The problem - Count every line in the entries that holds the word "fill". The reply is that count alone.

|---|

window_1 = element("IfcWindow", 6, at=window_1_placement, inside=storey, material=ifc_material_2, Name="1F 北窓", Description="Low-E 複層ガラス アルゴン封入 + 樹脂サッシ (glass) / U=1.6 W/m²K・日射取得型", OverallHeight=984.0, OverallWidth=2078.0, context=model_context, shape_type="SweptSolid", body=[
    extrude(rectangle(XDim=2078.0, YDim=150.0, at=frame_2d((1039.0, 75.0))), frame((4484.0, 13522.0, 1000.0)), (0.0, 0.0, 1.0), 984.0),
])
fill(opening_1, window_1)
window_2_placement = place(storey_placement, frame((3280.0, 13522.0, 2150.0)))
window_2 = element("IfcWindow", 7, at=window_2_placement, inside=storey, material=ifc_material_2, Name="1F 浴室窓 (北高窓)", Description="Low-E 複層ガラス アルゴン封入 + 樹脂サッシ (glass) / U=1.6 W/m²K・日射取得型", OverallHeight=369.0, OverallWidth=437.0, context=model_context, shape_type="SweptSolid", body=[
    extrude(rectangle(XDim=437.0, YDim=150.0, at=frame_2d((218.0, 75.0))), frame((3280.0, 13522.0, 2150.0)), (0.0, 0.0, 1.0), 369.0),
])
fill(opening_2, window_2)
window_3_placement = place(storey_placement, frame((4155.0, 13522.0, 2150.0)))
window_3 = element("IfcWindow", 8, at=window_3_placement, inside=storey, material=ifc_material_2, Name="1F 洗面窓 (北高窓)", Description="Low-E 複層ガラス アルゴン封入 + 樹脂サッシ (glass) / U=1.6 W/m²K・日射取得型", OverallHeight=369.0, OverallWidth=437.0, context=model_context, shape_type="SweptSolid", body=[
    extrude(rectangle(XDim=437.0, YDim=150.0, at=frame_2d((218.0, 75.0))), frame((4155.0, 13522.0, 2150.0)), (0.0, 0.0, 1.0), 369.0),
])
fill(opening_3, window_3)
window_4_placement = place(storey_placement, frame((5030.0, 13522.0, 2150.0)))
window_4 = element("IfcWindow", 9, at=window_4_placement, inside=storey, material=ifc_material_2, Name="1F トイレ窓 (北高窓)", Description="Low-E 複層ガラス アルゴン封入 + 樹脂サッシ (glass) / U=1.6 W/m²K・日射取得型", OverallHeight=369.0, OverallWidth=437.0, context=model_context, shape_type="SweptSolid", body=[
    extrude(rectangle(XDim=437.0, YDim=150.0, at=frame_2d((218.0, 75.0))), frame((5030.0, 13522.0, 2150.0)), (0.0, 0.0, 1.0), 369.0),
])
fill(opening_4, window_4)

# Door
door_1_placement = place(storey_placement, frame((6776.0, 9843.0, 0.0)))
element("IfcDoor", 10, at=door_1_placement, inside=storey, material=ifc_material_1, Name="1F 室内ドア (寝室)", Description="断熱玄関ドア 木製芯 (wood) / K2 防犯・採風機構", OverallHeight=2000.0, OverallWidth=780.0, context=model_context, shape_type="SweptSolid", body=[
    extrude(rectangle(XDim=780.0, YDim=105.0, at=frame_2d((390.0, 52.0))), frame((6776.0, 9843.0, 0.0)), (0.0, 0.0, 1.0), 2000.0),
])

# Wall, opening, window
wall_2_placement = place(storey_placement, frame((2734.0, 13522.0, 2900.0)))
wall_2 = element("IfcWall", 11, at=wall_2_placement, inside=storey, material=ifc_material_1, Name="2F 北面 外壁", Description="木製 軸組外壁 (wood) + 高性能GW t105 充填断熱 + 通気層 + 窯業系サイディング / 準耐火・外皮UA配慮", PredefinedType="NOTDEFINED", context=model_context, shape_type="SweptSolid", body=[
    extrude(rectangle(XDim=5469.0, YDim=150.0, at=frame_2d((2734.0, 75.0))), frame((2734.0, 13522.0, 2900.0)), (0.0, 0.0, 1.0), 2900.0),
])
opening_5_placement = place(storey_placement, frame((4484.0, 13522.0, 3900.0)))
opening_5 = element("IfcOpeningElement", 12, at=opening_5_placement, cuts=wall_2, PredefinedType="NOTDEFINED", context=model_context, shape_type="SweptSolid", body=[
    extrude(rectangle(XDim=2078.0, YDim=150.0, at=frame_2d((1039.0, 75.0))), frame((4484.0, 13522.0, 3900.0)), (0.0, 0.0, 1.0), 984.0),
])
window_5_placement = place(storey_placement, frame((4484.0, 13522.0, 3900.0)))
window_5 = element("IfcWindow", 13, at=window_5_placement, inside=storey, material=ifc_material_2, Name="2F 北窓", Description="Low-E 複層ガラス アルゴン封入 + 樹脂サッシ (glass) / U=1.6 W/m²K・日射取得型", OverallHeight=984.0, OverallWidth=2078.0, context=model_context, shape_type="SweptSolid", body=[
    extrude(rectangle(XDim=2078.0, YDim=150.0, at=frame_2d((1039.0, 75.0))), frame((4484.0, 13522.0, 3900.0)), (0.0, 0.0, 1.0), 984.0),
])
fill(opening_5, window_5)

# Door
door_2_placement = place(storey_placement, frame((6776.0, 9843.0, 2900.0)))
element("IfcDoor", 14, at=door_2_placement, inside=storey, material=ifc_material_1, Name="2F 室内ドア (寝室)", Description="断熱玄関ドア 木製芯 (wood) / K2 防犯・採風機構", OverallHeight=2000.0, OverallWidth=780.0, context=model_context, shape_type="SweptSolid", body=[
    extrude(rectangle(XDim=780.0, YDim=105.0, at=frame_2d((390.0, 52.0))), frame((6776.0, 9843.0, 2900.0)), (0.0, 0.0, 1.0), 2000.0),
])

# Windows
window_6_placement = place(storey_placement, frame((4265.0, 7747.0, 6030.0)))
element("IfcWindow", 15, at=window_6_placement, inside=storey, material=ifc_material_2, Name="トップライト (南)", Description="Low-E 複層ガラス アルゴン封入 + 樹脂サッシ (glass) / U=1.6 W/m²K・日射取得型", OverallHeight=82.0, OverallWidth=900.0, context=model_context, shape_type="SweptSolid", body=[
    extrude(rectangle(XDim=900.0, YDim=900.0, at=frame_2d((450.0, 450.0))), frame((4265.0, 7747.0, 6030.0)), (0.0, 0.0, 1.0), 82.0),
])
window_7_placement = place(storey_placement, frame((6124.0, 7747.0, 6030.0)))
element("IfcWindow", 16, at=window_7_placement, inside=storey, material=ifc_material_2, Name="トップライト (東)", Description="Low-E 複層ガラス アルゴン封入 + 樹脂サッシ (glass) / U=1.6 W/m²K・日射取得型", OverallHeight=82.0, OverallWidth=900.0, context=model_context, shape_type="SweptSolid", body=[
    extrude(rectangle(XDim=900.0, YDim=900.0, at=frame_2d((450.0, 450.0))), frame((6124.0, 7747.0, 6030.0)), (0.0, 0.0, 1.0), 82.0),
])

|---|

Answer - 5